[Linux-cluster] node fenced by dlm_controld on a clean shutdown

Mon Nov 19 15:23:19 UTC 2012

On Mon, Nov 19, 2012 at 10:39:20AM +0100, Jacek Konieczny wrote:
> On Mon, Nov 19, 2012 at 10:16:48AM +0100, Jacek Konieczny wrote:
> > It goes like that:
> > - resources using the shared storage are properly stopped by Pacemaker.
> > - DRBD is cleanly demoted and unconfigured by Pacemaker
> > - Pacemaker cleanly exits
> > - CLVMD is stopped.
> > ??? dlm_controld is stopped
> > ??? corosync is being stopped
> > 
> > and at this point the node is fenced (rebooted) by the dlm_controld on
> > the other node.

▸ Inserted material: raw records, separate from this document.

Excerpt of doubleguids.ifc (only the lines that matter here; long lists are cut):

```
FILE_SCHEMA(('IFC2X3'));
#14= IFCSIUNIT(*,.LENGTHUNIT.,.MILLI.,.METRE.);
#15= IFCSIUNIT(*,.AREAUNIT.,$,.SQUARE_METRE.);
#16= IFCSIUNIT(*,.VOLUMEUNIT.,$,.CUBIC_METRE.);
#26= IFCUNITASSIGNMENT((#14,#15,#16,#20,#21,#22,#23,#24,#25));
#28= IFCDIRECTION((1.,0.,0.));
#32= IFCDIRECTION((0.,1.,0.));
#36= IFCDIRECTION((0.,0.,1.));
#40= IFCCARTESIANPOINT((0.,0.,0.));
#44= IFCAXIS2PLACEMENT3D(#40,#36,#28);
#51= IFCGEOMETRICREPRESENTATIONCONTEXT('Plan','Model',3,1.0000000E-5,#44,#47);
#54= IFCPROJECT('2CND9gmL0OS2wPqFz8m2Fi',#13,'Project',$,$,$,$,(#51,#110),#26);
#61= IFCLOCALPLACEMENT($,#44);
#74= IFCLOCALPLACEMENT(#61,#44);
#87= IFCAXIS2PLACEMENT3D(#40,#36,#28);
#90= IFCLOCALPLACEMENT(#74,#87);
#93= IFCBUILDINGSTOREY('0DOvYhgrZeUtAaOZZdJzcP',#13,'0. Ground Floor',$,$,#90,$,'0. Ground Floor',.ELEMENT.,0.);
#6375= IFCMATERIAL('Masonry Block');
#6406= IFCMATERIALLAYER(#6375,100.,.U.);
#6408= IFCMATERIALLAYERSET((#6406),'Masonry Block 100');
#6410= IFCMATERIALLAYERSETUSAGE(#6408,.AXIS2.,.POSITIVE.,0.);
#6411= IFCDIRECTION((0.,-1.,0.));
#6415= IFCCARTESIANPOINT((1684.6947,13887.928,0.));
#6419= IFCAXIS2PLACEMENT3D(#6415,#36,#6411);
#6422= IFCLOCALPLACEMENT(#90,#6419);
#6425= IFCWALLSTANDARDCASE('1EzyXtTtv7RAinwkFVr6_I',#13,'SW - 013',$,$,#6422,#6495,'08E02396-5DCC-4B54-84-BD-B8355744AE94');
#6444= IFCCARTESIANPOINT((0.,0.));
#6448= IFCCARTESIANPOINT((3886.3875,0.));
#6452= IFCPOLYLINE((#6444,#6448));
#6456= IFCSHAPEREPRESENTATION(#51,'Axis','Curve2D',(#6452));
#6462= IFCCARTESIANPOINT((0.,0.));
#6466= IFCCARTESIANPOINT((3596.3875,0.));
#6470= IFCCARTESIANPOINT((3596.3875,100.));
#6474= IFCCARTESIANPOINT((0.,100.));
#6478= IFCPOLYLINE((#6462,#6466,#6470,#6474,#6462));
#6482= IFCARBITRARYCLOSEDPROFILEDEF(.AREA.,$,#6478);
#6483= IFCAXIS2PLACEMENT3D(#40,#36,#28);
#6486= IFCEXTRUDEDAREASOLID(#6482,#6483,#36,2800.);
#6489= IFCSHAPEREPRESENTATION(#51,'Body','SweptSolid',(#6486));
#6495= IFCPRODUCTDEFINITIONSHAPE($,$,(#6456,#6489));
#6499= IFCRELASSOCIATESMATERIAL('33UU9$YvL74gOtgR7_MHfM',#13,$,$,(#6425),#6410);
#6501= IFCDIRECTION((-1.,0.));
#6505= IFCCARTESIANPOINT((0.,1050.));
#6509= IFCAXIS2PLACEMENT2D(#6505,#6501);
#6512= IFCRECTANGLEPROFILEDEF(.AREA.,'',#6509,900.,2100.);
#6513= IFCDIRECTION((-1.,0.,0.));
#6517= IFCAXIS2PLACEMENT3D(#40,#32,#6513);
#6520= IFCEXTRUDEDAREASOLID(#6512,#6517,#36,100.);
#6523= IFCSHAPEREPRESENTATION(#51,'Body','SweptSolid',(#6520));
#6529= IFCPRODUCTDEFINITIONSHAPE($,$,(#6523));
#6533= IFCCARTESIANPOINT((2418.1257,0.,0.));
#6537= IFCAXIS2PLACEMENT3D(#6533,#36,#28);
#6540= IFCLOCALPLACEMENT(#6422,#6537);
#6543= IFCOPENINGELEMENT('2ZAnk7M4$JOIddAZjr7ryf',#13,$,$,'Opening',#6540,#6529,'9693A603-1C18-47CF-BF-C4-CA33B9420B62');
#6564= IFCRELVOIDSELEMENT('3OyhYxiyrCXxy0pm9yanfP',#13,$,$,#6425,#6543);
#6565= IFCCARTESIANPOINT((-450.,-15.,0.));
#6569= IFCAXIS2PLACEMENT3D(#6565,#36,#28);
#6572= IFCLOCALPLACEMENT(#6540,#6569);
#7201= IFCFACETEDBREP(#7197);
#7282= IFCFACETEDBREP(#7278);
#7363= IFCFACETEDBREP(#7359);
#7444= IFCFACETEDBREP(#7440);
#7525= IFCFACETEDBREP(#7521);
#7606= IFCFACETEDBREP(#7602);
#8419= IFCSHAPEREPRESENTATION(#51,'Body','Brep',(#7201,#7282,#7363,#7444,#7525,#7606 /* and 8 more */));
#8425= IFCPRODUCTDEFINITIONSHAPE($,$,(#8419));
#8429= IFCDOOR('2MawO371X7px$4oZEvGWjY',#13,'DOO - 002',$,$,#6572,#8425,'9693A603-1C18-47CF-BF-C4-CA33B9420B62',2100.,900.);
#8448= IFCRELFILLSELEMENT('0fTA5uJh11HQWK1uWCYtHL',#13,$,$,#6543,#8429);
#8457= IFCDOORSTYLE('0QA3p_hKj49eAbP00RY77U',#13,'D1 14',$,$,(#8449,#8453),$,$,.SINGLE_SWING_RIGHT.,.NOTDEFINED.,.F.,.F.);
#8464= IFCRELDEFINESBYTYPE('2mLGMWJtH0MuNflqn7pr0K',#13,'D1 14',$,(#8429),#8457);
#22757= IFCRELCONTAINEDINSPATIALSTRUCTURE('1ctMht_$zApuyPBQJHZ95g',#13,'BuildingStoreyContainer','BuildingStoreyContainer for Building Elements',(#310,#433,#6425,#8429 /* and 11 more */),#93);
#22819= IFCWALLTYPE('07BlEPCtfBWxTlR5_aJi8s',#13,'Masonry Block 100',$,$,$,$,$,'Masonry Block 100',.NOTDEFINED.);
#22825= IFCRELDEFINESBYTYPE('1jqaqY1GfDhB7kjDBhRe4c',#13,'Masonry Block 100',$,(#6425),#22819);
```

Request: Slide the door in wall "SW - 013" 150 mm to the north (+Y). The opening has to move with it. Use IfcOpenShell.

```python
import ifcopenshell
import ifcopenshell.api.geometry
import ifcopenshell.util.placement
import ifcopenshell.util.unit

model = ifcopenshell.open("doubleguids.ifc")
unit_scale = ifcopenshell.util.unit.calculate_unit_scale(model)

door = model.by_guid("2MawO371X7px$4oZEvGWjY")
opening = door.FillsVoids[0].RelatingOpeningElement
wall = opening.VoidsElements[0].RelatingBuildingElement

wall_matrix = ifcopenshell.util.placement.get_local_placement(wall.ObjectPlacement)
shift = wall_matrix[:3, 0] * -0.15 / unit_scale
before = ifcopenshell.util.placement.get_local_placement(door.ObjectPlacement)[:3, 3].copy()

# The door is placed relative to its opening, so it follows when the opening moves.
matrix = ifcopenshell.util.placement.get_local_placement(opening.ObjectPlacement)
matrix[:3, 3] += shift
ifcopenshell.api.geometry.edit_object_placement(
    model, product=opening, matrix=matrix, is_si=False, should_transform_children=True
)

after = ifcopenshell.util.placement.get_local_placement(door.ObjectPlacement)[:3, 3]
print("door moved by", (after - before).round(3) + 0.0)

model.write("doubleguids-out.ifc")
```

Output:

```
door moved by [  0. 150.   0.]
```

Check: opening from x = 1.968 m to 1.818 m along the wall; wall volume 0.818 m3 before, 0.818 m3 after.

I would expect it continue with a clean shutdown.
> > 
> > Any idea how to debug/fix it?
> > Is this '541 cpg_dispatch error 9' the problem?
> 
> I found a workaround: I have added a 10 seconds pause between
> dlm_controld and corosync shutdown. The node shuts down cleanly now (is
> not fenced). '541 cpg_dispatch error 9' is still there in the logs,
> though.

corosync-cfgtool -H is supposed to shut down corosync cleanly using the
cfg_shutdown_callback.  It looks like it may not be doing that.